Google Safe Browsing Implementation Requirements

Jun 22, 2007 at 7:07 AM
Edited Jun 22, 2007 at 7:08 AM
Copy/Pasted from private email discussion with Thommi and Phil:

Here is a list of requirements that I could create from the specs:
  • A local data format to store list data. We can use a simple text format very similar to what Google returns from API and also can use an XML format which helps us to work with local data easier. Though I prefer XML format because helps us to organize list items based on versions and add/remove them easier. Any thoughts?
  • A local client factory class to get data from services. There is already a client in Subkismet but it supports POST requests. We can extend it for GET requests.
  • A good local synchronizer class which synchronizes local data with latest list updates on server. It should also be smart enough to manage the intervals for update requests as described by Google specs.
  • A class which performs lookups based on Google recommendations and string manipulations.
  • A class to perform RFC2396 canonicalization. I and Thommi had some discussions about this and he sent me some useful links. I still couldn’t find a good built-in solution for this in .NET framework (because some comments from MSFTs on Uri methods spec on MSDN say that these methods don’t work fine for all characters). It also seems that there isn’t any third party component for this purpose. Probably we have to go ahead and investigate a new working component for this purpose with an open license in a separate project and use it in Subkismet. Any hints on this?
Jun 22, 2007 at 7:30 AM
Regarding the local data format, let’s consider a provider model for that, since some users won’t have the ability to write to a file and will want to write to a table (even if it’s just a table with only one column and one row that gets overwritten). If the choices is between a simple text format and XML, I choose whichever is easier to program against and will be more robust for us.
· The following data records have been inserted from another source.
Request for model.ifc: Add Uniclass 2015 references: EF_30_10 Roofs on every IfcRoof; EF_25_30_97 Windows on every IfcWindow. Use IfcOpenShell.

First a look at what the model holds.

```python
import ifcopenshell

model = ifcopenshell.open("model.ifc")
print(model.schema)
print("classifications:", [c.Name for c in model.by_type("IfcClassification")])
for ifc_class in ("IfcDoor", "IfcRoof", "IfcStair", "IfcWall", "IfcWindow"):
    print(ifc_class, len(model.by_type(ifc_class)))
```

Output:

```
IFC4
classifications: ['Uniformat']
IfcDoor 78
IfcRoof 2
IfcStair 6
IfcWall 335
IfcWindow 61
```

```python
import ifcopenshell
import ifcopenshell.api.classification

model = ifcopenshell.open("model.ifc")

system = ifcopenshell.api.classification.add_classification(model, classification="Uniclass 2015")

codes = {
    "IfcRoof": ("EF_30_10", "Roofs"),
    "IfcWindow": ("EF_25_30_97", "Windows"),
}
for ifc_class, (code, name) in codes.items():
    products = model.by_type(ifc_class)
    ifcopenshell.api.classification.add_reference(
        model, products=products, classification=system, identification=code, name=name
    )
    print(code, len(products))

model.write("model_v2.ifc")
```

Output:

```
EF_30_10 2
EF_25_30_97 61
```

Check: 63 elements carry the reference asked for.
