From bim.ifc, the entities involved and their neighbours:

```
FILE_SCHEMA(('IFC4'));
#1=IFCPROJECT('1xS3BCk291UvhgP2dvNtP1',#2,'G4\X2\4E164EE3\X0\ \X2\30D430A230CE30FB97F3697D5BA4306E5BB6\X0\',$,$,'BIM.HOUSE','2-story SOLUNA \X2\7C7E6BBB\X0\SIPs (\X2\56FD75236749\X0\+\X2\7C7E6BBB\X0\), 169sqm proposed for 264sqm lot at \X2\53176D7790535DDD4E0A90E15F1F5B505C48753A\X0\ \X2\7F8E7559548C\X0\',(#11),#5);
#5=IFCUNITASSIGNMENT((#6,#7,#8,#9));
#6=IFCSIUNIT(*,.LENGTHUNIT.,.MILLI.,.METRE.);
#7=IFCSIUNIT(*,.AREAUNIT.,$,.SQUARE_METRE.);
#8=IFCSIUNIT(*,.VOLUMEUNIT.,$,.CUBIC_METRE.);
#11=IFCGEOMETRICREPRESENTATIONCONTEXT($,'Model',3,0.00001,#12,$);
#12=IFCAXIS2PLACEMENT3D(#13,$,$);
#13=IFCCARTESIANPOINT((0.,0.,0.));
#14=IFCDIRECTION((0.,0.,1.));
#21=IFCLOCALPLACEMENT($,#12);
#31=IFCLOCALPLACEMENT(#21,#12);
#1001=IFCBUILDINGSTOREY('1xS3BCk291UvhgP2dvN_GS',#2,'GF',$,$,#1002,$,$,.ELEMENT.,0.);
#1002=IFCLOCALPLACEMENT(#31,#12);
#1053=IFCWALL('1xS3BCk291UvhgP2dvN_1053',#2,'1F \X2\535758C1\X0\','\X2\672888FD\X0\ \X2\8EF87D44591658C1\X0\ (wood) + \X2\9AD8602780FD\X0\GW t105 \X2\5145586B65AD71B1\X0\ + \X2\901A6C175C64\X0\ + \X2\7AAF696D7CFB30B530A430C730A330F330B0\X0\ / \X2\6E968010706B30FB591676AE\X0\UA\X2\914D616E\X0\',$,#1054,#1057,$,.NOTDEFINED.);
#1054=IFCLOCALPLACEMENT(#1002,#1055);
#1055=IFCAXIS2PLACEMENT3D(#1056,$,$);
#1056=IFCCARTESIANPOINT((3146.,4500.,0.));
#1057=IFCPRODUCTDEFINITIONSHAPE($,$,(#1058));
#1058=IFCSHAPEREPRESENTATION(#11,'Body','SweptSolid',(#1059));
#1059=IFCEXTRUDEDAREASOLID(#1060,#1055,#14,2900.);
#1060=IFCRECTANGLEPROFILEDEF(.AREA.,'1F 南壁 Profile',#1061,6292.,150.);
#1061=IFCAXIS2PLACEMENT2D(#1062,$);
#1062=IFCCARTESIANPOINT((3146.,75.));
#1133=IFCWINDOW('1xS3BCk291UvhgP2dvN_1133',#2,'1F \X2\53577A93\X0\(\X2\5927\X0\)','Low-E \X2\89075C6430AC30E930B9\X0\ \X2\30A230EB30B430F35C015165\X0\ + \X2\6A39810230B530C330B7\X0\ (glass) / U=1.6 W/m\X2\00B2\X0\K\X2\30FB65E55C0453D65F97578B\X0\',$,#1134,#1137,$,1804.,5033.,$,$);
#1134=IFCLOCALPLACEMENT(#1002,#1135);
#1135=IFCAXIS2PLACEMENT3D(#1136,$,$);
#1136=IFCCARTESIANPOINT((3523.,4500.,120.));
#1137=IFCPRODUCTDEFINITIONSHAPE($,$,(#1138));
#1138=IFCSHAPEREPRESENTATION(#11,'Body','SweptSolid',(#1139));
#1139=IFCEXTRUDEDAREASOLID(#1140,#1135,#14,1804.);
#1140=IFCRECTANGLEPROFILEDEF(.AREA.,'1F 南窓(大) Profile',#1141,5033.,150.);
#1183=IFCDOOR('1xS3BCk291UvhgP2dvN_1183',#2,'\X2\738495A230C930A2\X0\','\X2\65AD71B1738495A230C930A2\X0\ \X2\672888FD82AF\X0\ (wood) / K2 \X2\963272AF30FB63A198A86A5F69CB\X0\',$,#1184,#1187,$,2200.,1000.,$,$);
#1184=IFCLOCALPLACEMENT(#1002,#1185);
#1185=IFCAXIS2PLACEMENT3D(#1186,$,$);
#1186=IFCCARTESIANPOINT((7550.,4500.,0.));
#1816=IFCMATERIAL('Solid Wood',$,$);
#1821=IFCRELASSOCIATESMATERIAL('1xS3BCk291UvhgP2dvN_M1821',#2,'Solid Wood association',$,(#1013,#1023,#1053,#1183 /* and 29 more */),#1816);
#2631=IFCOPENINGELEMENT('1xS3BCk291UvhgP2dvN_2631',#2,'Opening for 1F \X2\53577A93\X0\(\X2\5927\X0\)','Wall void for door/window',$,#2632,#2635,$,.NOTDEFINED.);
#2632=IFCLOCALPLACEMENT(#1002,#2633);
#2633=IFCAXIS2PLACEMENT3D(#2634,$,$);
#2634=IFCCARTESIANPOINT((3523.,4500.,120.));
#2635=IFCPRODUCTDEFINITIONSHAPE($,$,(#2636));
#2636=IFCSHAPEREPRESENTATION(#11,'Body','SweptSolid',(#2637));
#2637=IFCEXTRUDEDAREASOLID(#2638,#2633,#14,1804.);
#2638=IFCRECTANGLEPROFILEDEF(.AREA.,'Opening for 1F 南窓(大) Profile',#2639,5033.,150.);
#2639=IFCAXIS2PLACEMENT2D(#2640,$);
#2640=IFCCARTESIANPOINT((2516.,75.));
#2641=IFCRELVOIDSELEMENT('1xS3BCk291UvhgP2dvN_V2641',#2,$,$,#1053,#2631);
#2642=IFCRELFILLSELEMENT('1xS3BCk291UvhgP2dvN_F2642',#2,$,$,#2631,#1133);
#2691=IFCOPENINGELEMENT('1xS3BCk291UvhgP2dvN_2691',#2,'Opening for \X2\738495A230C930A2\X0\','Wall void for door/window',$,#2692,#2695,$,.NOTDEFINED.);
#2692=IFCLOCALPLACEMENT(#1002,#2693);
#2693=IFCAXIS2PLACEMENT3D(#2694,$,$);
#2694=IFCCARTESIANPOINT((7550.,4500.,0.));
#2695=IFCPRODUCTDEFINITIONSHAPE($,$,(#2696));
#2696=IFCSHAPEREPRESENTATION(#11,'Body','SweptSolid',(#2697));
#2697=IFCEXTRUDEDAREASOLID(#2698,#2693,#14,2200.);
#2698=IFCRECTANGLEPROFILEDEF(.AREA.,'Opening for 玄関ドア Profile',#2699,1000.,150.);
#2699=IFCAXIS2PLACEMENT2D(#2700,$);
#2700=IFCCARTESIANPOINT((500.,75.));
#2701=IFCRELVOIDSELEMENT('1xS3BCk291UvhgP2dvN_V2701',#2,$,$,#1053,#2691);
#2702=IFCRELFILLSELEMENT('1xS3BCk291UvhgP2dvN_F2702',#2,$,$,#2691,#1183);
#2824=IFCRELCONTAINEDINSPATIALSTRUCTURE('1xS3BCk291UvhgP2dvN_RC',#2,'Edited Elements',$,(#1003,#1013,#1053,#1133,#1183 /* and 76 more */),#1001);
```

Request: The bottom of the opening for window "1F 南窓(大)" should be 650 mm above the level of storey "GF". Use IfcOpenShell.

```python
import numpy as np
import ifcopenshell
import ifcopenshell.api.geometry
import ifcopenshell.geom
import ifcopenshell.util.element
import ifcopenshell.util.placement
import ifcopenshell.util.shape
import ifcopenshell.util.unit

model = ifcopenshell.open("bim.ifc")
unit_scale = ifcopenshell.util.unit.calculate_unit_scale(model)

window = model.by_guid("1xS3BCk291UvhgP2dvN_1133")
opening = window.FillsVoids[0].RelatingOpeningElement
storey = ifcopenshell.util.element.get_container(window, ifc_class="IfcBuildingStorey")
level = ifcopenshell.util.placement.get_local_placement(storey.ObjectPlacement)[2, 3]

# The opening's origin need not be at the sill, so measure its lowest point.
shape = ifcopenshell.geom.create_shape(ifcopenshell.geom.settings(), opening)
bottom = ifcopenshell.util.shape.get_shape_bottom_elevation(shape, shape.geometry) / unit_scale
dz = level + 0.65 / unit_scale - bottom

shift = np.array([0.0, 0.0, dz])
# The window is not placed relative to its opening, so move both.
for product in (opening, window):
    matrix = ifcopenshell.util.placement.get_local_placement(product.ObjectPlacement)
    matrix[:3, 3] += shift
    ifcopenshell.api.geometry.edit_object_placement(model, product=product, matrix=matrix, is_si=False)

print(f"moved by {dz * unit_scale:+.3f} m")

model.write("bim_v2.ifc")
```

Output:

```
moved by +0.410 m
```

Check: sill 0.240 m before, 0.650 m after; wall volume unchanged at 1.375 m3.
RFC2396 canonicalization sounds like a pain. I thought this was something that will be solved in .NET 3.0, but of course we can’t rely on that. We live in the here and now, not in the future. ;) Can we do a simple “good enough” implementation based off the Uri class? Otherwise we can blog about it and see if someone has one up their sleeve already.
Jun 22, 2007 at 7:50 AM
A provider model makes sense, since Subkismet is still a framework. Integrating this library into a real application would require to implement a decent persistence service, but we could provide at least a plain vanilla provider leveraging an XML File provider or SQL db.

The link [1] I sent to Keyvan points to an article on the Mozilla dev site. Among other things it describes how they canonicalize URLs. Dunno if we need a full-featured RFC2396-compliant component, or just fiddle around with simple string manipulation plus some regex as described in that article.